Прохор перекрестился, в два глотка опорожнил стакан, хрустко закусил солёным огурцом и мрачно сжался, словно ушёл в себя. А Иван до дна пить не стал, так, пригубил чуть-чуть и отставил стакан. Мысли набегали одна на одну, переплетались, путались – то об Ильке, то о Феде, то о себе самом. Какого дьявола занесла их нелёгкая в этот Гильчин?! И ведь смерть пронеслась над всеми, а скосила одного лишь Ильку! Илька, Илька, верный друг и дорогой товарищ, как он старался помочь ему, Ивану, и в Харбине, и в мировой войне! И теперь он будто бы принял на себя всю тяжесть бывших и будущих грехов близких ему людей – внезапно осознав это, Иван ощутил горячий комок в груди, ему стало до боли совестно, что он сидит с его убийцей за одним столом и даже какое-то мгновение был ему благодарен за то, что тот не предал жуткой погибели его сына. Кровь ударила Ивану в лицо, он встал из-за стола так резко, что Прохор очнулся:

– Ты чего, паря?!

Не ответив, есаул надел чекмень, шапку и вышел в осеннюю ночь. Было тепло, от Амура тянуло сыростью. На той стороне горел костёр, возле него просматривались человеческие фигуры – то ли рыбаки, то ли советские пограничники. Иван знал, что после Зазейского восстания большевики занялись укреплением пограничных районов, однако людей и средств не хватало, и между заставами по-прежнему были большие «дыры», через которые на ту сторону переходили диверсионные группы и целые отряды. Большевики их называли белогвардейскими бандами и по-своему были правы – диверсанты вели себя по-бандитски: поджигали дома и хозяйственные строения, убивали или угоняли скот и расправлялись со сторонниками советской власти.

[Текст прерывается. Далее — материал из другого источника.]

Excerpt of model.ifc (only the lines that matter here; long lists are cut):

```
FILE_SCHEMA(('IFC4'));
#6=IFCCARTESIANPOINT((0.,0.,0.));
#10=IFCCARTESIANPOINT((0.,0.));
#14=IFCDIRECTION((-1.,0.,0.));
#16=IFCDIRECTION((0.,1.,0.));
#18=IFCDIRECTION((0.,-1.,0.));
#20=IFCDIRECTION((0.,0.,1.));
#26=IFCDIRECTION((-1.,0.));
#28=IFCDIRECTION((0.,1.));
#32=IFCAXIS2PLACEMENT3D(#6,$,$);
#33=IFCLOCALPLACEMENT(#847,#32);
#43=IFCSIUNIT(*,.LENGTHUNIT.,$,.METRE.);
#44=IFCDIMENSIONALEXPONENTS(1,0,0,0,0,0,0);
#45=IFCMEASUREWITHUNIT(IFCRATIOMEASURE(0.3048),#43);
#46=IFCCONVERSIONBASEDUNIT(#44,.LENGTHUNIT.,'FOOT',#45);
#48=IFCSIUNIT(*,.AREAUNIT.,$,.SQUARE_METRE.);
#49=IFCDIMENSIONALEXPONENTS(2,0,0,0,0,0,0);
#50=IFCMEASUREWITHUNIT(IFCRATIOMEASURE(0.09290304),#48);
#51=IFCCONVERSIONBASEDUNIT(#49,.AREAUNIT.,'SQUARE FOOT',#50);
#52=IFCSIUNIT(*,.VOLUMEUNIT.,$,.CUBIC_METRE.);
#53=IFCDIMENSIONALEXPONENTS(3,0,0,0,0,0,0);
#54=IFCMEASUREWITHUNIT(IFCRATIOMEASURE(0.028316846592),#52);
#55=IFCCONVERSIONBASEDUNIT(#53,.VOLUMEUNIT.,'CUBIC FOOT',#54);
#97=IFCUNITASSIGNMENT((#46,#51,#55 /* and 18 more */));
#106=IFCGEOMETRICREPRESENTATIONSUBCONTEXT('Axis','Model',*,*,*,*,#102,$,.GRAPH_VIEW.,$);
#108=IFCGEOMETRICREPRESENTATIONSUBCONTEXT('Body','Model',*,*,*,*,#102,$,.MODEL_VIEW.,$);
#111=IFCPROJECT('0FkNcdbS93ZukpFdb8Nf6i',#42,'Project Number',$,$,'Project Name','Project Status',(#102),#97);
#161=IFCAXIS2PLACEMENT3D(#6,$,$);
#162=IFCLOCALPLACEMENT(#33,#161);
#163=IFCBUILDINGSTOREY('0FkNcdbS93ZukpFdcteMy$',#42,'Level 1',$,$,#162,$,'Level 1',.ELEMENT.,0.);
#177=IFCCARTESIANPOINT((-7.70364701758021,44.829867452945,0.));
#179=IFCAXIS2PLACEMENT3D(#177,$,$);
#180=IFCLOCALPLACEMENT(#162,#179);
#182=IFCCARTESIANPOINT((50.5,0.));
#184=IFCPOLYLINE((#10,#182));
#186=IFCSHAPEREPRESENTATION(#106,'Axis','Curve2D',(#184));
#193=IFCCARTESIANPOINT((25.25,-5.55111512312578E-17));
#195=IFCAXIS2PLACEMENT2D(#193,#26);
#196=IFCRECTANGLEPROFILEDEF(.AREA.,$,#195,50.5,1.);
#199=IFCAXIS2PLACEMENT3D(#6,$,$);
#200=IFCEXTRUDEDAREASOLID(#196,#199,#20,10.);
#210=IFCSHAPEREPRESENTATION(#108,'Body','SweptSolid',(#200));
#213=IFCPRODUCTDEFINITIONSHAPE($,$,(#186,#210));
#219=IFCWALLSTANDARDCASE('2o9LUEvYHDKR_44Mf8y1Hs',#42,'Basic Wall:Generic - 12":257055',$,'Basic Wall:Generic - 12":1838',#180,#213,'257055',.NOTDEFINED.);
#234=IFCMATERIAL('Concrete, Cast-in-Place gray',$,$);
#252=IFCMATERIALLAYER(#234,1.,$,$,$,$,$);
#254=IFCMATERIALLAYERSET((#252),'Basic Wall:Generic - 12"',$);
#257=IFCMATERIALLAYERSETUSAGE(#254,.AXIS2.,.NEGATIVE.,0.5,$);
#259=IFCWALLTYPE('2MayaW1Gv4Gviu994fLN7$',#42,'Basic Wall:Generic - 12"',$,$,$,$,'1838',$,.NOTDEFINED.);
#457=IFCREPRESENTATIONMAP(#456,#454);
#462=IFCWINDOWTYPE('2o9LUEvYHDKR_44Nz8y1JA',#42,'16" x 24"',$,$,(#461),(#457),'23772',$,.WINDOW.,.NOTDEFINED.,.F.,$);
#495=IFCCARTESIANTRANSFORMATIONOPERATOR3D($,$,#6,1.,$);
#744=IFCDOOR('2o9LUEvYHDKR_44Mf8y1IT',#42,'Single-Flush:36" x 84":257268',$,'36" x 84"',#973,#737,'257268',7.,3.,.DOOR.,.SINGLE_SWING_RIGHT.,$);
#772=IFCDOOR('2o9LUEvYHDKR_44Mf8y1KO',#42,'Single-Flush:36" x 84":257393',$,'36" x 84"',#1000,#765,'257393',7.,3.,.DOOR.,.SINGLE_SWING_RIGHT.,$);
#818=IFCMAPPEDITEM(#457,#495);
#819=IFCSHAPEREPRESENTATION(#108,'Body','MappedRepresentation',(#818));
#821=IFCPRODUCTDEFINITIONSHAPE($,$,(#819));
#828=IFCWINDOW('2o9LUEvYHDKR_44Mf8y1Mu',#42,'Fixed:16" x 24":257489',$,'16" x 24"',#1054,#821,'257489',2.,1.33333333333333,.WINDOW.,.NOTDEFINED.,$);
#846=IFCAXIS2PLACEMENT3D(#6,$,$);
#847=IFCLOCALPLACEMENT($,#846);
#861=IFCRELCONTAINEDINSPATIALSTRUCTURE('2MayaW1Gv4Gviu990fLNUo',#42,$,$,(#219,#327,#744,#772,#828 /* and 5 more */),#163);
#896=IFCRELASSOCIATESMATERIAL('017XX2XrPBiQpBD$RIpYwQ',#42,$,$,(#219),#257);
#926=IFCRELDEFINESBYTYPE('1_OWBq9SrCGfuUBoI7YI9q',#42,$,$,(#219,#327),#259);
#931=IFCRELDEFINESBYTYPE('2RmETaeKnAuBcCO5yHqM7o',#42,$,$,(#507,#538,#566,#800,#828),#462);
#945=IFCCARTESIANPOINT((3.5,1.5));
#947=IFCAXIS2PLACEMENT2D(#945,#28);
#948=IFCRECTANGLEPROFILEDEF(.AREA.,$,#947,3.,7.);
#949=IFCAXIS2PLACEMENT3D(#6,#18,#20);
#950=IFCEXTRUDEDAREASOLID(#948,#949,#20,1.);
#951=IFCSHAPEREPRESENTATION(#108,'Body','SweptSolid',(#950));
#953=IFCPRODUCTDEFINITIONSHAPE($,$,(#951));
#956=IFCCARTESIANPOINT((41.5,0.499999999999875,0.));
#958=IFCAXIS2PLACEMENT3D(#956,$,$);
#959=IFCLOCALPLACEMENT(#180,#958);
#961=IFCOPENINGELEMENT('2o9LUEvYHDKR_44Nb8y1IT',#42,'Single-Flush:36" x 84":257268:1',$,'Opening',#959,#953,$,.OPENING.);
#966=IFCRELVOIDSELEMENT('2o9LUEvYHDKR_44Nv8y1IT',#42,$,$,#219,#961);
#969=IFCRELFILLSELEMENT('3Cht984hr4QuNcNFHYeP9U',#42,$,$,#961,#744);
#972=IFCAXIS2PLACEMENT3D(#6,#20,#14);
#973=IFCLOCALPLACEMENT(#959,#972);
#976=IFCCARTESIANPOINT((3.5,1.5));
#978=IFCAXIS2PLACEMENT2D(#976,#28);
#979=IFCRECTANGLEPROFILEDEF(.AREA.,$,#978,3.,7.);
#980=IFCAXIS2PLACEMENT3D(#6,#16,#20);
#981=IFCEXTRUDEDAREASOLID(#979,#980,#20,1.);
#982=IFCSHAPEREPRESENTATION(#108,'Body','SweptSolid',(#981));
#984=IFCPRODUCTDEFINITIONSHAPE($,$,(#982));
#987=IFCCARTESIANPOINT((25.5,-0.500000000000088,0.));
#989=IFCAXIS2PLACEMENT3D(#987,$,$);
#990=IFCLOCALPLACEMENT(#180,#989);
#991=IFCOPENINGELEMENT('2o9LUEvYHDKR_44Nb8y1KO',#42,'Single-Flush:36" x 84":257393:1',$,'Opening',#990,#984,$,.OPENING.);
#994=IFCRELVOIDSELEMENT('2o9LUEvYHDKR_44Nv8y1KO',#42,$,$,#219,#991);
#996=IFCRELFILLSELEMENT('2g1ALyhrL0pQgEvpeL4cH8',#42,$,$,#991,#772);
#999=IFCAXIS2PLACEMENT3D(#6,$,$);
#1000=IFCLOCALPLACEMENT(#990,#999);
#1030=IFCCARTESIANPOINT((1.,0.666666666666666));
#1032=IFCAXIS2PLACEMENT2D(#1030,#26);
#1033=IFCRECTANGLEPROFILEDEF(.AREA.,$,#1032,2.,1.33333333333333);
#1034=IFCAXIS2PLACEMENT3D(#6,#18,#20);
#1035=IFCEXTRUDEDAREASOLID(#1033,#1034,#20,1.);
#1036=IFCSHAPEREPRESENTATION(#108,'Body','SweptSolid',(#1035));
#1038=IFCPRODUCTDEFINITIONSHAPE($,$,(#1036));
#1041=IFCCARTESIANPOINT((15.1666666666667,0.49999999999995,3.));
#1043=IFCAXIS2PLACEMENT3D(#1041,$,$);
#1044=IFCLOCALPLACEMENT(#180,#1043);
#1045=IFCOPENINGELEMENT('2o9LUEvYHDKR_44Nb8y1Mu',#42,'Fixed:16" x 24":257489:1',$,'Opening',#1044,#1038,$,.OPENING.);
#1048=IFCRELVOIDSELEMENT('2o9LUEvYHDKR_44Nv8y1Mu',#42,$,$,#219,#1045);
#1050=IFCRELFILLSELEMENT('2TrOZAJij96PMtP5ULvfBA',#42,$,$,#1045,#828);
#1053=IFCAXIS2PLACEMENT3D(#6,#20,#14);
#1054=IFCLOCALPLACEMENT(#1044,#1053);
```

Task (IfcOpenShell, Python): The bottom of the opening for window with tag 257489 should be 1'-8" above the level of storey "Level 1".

```python
import numpy as np
import ifcopenshell
import ifcopenshell.api.geometry
import ifcopenshell.geom
import ifcopenshell.util.element
import ifcopenshell.util.placement
import ifcopenshell.util.shape
import ifcopenshell.util.unit

model = ifcopenshell.open("model.ifc")
unit_scale = ifcopenshell.util.unit.calculate_unit_scale(model)

window = model.by_id(828)
opening = window.FillsVoids[0].RelatingOpeningElement
storey = ifcopenshell.util.element.get_container(window, ifc_class="IfcBuildingStorey")
level = ifcopenshell.util.placement.get_local_placement(storey.ObjectPlacement)[2, 3]

# The opening's origin need not be at the sill, so measure its lowest point.
shape = ifcopenshell.geom.create_shape(ifcopenshell.geom.settings(), opening)
bottom = ifcopenshell.util.shape.get_shape_bottom_elevation(shape, shape.geometry) / unit_scale
dz = level + 20 * 0.0254 / unit_scale - bottom

shift = np.array([0.0, 0.0, dz])
# The window is placed relative to its opening, so it follows when the opening moves.
matrix = ifcopenshell.util.placement.get_local_placement(opening.ObjectPlacement)
matrix[:3, 3] += shift
ifcopenshell.api.geometry.edit_object_placement(
    model, product=opening, matrix=matrix, is_si=False, should_transform_children=True
)

print(f"moved by {dz * unit_scale:+.3f} m")

model.write("model_rev.ifc")
```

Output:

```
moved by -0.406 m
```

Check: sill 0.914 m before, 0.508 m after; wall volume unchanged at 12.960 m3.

Иван понимал, что называть это настоящей борьбой с большевиками несерьёзно – просто мелкие злобные от бессилия укусы, но также сознавал, что отказываться от участия в этой, как он говорил Насте, «возне» не в его силах. Устроители «возни» нащупали его болевую точку и всякий раз, когда им было нужно, давили на неё. После рождения Оли жена часто болела (всё-таки бегство от красногвардейской резни в Благовещенске не прошло даром: Настя часто замыкалась и могла часами сидеть с отсутствующим взглядом), а лечение стоило денег, плата за квартиру росла каждые полгода, ну и цены на продукты, что на рынке, что в магазинах, с закрытием «Счастливой Хорватии» стали ощутимо «кусаться». Жалованье частного детектива напрямую зависело от заказов, и его частенько не хватало, несмотря на то, что Толкачёв себе выписывал всегда меньше, чем компаньону. А в случаях командировок, таких, как вот эта, в Новогильчинский, выдавал авансы, отмахиваясь от обещаний Ивана «всё честно отработать». Хороший товарищ, кроме добрых слов и сказать нечего. А Иван вначале смотрел на него, как на богатенького шалопая, проматывающего отцовские деньги. Зато вот Прохор, с которым когда-то был в походе на Харбин, а в гражданскую гонял красных, вроде бы знаемый от сапог до фуражки, взял и убил Ильку, а ведь наверняка мог просто скрутить и посадить в подклет. Как теперича с ним в рейд идти?!

А не пойду, решил Иван. Пущай генералы все свои страшилки сполняют – не пойду! Конечно, могут и убить – только на кой ляд я им сдался? А ежели с Толкачёвым договориться: мол, вздумают с лишкóм надавить, – предупредить, что детективное агентство, в случае чего, предаст огласке неприятные моменты их деятельности? Он, конечно, не любит с политикой связываться, а где белые генералы – там сплошная политика, но Михаил – не из трусливого десятка и человек чести: возьмётся – не отступит.

Иван ещё раз посмотрел через Амур. Костёр, словно откликаясь на его мысли, неожиданно ярко вспыхнул, осветив фигуры людей. Это были пограничники. Нечего туда соваться, подумал есаул. И вообще, пора забыть о прошлой жизни, её не вернуть, нужно тут приноравливаться.

Загрузка...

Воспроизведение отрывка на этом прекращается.